* **WORK TASK**: Take from the data every line in which the word "IFCEXTRUDEDAREASOLID" is found.

* **ENTRIES PROVIDED**:
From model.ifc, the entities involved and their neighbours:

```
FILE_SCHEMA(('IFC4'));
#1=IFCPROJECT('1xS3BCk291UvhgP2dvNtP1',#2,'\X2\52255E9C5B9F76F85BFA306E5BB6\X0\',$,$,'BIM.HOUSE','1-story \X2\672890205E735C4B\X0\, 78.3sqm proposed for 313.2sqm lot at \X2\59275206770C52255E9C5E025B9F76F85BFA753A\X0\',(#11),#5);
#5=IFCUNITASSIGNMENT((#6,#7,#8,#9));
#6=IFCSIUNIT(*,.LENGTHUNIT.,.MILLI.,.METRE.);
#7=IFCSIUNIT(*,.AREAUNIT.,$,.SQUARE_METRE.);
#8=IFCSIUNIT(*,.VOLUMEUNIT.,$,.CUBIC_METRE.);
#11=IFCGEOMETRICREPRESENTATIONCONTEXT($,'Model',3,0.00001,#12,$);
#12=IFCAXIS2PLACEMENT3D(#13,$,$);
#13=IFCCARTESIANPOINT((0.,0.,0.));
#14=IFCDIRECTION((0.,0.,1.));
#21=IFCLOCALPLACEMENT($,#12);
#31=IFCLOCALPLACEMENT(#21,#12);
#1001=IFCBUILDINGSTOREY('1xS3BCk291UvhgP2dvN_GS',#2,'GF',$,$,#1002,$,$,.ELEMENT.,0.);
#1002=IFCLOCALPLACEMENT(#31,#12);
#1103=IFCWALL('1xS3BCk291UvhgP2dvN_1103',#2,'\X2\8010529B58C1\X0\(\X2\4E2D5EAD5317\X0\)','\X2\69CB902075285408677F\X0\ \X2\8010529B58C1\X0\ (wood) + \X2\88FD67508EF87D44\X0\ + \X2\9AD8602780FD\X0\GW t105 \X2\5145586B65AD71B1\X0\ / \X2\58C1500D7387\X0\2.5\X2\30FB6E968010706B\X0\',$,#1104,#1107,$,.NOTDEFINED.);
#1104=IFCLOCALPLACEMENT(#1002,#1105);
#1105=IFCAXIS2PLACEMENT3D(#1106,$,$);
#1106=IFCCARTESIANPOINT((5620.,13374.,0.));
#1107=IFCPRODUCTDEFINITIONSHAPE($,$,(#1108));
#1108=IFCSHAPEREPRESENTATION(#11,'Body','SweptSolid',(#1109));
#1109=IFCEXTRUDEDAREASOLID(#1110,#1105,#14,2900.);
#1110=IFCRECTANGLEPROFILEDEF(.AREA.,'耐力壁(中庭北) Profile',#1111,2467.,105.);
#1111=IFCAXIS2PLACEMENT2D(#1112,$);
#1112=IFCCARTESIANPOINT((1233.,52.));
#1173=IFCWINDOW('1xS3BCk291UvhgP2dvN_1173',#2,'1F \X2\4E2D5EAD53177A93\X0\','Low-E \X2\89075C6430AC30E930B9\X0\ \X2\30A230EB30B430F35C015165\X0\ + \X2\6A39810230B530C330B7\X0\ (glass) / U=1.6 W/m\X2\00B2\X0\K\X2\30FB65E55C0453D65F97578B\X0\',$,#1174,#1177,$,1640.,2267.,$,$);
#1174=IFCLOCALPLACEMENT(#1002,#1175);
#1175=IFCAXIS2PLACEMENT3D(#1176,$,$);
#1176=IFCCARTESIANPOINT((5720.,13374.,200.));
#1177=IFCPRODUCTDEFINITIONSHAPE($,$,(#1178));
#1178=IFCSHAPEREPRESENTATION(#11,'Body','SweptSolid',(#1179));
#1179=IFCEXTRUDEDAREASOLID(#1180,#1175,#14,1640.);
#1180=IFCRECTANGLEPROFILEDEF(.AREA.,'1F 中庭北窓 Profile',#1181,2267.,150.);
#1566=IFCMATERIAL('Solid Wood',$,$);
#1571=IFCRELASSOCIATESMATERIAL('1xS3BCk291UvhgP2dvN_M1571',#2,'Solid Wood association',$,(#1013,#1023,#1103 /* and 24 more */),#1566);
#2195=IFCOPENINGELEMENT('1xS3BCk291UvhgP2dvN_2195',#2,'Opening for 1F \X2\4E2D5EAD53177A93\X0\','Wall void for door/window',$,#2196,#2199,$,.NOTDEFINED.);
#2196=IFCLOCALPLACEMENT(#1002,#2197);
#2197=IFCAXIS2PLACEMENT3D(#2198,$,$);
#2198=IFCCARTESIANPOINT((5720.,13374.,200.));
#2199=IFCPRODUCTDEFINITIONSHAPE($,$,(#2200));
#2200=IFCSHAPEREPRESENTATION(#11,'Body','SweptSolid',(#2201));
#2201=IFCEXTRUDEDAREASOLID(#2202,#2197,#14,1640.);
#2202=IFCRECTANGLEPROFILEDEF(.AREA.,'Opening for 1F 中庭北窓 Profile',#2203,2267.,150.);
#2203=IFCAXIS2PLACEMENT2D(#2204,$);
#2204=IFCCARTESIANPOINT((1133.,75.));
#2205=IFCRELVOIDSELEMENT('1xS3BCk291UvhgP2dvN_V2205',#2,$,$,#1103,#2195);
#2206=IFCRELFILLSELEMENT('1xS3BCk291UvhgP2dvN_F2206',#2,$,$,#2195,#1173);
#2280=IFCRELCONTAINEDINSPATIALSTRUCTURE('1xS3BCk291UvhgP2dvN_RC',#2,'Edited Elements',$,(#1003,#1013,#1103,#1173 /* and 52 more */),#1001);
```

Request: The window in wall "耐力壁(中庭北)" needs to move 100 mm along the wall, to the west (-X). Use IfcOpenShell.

```python
import ifcopenshell
import ifcopenshell.api.geometry
import ifcopenshell.util.placement

model = ifcopenshell.open("model.ifc")

window = model.by_id(1173)
opening = window.FillsVoids[0].RelatingOpeningElement
wall = opening.VoidsElements[0].RelatingBuildingElement

wall_matrix = ifcopenshell.util.placement.get_local_placement(wall.ObjectPlacement)
shift = wall_matrix[:3, 0] * -100.0
before = ifcopenshell.util.placement.get_local_placement(window.ObjectPlacement)[:3, 3].copy()

# The window is not placed relative to its opening, so move both.
for product in (opening, window):
    matrix = ifcopenshell.util.placement.get_local_placement(product.ObjectPlacement)
    matrix[:3, 3] += shift
    ifcopenshell.api.geometry.edit_object_placement(model, product=product, matrix=matrix, is_si=False)

after = ifcopenshell.util.placement.get_local_placement(window.ObjectPlacement)[:3, 3]
print("window moved by", (after - before).round(3) + 0.0)

model.write("model_rev.ifc")
```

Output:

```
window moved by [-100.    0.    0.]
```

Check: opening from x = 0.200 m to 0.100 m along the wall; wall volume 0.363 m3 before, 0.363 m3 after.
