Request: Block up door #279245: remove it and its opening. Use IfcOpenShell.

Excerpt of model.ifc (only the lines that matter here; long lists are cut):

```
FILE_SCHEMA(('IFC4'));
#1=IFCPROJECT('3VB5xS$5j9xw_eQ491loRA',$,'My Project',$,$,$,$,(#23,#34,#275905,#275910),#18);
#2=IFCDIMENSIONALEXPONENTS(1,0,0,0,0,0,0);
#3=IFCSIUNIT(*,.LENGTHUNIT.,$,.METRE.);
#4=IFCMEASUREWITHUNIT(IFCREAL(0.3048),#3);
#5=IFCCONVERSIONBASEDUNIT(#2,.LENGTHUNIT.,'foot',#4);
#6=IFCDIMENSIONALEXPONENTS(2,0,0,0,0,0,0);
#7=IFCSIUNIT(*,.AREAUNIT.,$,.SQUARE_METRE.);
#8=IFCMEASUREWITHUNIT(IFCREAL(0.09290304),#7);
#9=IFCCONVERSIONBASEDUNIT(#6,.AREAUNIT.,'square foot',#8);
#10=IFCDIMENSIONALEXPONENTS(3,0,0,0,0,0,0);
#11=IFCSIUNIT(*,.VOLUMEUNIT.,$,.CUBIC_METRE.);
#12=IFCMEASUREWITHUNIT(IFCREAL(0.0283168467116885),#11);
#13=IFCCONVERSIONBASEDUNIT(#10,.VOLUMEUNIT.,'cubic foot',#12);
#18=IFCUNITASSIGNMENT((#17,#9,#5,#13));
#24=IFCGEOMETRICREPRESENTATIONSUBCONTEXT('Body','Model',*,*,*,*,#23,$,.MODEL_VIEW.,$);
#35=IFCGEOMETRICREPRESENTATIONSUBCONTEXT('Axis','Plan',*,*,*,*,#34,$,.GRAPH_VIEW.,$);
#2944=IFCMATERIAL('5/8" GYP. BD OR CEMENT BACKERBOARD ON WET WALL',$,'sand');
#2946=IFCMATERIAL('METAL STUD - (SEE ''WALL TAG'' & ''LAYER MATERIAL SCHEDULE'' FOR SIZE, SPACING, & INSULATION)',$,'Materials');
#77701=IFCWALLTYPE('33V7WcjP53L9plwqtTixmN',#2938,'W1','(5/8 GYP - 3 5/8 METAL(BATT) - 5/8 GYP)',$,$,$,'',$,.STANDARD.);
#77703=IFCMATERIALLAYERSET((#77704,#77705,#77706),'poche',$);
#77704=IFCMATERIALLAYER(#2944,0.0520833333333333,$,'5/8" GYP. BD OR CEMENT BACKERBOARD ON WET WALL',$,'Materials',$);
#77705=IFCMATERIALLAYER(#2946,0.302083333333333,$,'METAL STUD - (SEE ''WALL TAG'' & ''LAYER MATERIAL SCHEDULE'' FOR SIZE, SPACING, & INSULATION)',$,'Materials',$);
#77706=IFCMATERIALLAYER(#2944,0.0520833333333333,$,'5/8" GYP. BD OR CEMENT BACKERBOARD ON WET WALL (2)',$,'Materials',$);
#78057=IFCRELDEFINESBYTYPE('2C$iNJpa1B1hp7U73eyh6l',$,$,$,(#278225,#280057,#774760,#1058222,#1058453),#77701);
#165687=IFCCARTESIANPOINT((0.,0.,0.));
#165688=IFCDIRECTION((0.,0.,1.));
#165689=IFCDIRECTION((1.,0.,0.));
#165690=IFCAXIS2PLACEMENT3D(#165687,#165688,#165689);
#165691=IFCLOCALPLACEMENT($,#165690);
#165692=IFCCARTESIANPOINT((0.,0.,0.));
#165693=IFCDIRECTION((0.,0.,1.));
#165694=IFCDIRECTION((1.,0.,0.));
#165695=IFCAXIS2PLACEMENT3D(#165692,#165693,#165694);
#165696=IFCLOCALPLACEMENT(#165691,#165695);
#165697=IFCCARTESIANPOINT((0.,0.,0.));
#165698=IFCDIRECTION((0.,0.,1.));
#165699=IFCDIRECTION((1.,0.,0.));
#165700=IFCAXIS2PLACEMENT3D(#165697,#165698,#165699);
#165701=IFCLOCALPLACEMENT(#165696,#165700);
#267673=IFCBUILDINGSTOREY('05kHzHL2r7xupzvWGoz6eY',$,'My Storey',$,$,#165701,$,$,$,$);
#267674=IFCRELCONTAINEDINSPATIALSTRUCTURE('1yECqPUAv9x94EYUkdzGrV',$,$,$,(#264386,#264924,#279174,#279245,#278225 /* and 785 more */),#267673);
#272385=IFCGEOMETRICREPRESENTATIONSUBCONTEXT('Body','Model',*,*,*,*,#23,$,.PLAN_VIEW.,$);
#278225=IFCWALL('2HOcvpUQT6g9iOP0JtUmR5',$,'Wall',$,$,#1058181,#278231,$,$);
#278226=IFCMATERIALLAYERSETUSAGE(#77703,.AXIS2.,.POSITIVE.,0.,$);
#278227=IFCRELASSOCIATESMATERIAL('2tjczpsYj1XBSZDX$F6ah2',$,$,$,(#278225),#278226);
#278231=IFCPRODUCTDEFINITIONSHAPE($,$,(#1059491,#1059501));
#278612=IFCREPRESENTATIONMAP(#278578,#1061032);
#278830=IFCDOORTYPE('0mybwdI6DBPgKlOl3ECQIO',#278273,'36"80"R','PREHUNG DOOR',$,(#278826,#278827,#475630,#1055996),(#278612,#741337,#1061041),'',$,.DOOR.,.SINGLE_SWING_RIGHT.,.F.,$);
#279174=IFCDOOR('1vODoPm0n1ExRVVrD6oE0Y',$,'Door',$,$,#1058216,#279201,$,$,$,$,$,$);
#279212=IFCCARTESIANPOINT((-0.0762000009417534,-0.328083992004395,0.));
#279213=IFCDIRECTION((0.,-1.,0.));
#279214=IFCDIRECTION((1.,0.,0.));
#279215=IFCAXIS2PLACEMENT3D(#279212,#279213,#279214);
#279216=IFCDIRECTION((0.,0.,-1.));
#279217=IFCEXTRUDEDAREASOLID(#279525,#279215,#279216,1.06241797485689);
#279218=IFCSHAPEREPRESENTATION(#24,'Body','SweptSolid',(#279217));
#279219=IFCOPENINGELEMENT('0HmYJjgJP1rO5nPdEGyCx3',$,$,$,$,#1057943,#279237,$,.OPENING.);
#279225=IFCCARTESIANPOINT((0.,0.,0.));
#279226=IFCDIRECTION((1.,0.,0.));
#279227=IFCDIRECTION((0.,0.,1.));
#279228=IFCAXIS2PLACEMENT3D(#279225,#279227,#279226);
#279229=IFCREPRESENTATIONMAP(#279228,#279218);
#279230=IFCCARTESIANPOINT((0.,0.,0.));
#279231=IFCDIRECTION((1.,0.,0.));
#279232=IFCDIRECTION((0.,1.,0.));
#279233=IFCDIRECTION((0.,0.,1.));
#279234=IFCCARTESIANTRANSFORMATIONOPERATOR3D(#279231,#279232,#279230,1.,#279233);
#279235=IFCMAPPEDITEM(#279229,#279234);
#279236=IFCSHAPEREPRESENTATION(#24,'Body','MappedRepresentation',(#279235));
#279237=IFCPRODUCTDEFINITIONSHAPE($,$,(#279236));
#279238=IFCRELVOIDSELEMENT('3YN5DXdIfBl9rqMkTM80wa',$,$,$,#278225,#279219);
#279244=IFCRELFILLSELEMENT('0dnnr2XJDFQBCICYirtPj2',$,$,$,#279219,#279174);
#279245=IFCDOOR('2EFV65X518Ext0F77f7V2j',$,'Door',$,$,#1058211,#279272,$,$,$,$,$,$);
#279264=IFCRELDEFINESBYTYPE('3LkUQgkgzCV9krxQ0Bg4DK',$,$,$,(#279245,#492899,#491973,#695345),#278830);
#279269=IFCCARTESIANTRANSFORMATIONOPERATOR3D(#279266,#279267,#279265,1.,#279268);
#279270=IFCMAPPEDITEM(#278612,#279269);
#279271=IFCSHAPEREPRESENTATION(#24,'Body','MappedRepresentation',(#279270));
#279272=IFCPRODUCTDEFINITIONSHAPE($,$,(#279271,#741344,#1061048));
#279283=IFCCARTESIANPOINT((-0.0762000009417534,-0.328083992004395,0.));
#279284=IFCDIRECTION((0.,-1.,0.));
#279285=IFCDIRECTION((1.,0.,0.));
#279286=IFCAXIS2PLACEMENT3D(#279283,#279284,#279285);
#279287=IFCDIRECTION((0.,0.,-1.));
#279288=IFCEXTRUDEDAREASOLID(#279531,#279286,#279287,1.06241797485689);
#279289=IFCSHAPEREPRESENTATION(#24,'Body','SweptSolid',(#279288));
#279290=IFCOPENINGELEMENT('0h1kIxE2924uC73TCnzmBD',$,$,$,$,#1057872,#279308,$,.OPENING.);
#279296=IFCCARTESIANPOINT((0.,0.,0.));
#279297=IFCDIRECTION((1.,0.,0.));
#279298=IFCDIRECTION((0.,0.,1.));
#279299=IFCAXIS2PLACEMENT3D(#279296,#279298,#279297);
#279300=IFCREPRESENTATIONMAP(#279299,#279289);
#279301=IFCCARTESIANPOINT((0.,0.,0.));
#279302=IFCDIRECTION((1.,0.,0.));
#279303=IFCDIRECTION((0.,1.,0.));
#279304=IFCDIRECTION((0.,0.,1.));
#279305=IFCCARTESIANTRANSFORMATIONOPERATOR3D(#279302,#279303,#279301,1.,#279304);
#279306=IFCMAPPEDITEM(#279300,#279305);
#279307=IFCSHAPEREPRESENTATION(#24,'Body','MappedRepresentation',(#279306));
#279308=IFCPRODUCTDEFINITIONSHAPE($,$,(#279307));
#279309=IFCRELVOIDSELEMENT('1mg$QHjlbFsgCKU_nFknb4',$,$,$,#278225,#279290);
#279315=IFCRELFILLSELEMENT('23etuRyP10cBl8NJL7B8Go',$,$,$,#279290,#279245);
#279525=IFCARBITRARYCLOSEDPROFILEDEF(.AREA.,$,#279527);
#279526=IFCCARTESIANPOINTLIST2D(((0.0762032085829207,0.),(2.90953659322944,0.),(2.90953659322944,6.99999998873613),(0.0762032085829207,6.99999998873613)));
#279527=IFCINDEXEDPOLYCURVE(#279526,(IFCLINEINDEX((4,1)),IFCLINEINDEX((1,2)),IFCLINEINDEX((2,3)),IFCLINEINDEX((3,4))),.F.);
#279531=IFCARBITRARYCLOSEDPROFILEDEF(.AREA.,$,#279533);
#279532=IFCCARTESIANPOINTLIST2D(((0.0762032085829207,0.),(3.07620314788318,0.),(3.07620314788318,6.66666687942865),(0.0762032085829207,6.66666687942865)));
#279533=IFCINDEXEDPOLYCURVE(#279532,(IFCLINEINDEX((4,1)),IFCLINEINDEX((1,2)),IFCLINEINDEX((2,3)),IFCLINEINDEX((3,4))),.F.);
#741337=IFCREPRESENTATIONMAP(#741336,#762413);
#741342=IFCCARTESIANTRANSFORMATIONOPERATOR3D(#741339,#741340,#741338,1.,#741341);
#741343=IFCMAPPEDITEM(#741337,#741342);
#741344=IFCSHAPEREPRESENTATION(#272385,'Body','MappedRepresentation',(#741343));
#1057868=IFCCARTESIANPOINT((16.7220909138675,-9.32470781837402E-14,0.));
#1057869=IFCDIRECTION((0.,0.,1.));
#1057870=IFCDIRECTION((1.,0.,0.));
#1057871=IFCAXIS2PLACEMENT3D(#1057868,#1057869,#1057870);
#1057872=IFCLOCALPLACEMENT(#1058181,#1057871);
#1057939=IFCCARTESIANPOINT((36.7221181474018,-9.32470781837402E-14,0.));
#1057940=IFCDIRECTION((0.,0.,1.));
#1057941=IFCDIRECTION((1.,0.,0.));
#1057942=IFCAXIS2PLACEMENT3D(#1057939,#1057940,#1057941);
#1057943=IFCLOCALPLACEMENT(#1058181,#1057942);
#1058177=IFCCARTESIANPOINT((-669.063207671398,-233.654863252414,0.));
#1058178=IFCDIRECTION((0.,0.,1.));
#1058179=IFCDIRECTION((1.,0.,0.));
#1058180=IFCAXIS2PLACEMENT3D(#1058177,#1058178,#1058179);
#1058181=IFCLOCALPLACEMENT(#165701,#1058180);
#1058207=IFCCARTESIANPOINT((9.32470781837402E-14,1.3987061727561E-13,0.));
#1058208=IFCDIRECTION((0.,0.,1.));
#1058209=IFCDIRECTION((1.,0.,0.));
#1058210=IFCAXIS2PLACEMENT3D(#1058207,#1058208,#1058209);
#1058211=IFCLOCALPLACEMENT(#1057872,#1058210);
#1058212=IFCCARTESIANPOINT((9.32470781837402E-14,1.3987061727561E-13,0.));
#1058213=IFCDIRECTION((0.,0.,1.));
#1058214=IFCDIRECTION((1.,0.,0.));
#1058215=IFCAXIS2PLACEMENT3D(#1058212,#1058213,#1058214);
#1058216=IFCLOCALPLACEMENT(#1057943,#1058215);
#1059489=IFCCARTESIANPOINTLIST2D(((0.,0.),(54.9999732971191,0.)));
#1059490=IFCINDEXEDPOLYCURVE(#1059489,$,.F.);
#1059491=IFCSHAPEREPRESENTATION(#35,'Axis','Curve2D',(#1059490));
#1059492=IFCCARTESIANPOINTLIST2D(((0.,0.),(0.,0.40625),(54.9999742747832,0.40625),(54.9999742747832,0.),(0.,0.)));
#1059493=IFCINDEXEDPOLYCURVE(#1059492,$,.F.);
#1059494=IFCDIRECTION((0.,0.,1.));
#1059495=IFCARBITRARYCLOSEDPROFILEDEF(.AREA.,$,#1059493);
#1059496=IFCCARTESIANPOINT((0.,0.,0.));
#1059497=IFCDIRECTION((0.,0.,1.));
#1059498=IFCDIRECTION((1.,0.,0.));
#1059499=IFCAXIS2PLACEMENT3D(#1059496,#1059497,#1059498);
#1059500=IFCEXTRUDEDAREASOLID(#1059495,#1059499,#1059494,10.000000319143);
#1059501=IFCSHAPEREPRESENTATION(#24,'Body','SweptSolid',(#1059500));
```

```python
import ifcopenshell
import ifcopenshell.api.feature
import ifcopenshell.api.root
import ifcopenshell.geom
import ifcopenshell.util.shape

model = ifcopenshell.open("model.ifc")
settings = ifcopenshell.geom.settings()


def volume(element):
    """Net volume in cubic metres, openings subtracted."""
    shape = ifcopenshell.geom.create_shape(settings, element)
    return ifcopenshell.util.shape.get_volume(shape.geometry)


door = model.by_id(279245)
opening = door.FillsVoids[0].RelatingOpeningElement
wall = opening.VoidsElements[0].RelatingBuildingElement
before = volume(wall)

ifcopenshell.api.root.remove_product(model, product=door)
ifcopenshell.api.feature.remove_feature(model, feature=opening)

after = volume(wall)

print(f"wall volume {before:.3f} -> {after:.3f} m3")

model.write("model-out.ifc")
```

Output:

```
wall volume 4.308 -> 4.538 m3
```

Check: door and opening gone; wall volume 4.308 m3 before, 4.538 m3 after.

* **EXERCISE ANSWER**:
#1109=IFCEXTRUDEDAREASOLID(#1110,#1105,#14,2900.);
#1179=IFCEXTRUDEDAREASOLID(#1180,#1175,#14,1640.);
#2201=IFCEXTRUDEDAREASOLID(#2202,#2197,#14,1640.);
#279217=IFCEXTRUDEDAREASOLID(#279525,#279215,#279216,1.06241797485689);
#279288=IFCEXTRUDEDAREASOLID(#279531,#279286,#279287,1.06241797485689);
#1059500=IFCEXTRUDEDAREASOLID(#1059495,#1059499,#1059494,10.000000319143);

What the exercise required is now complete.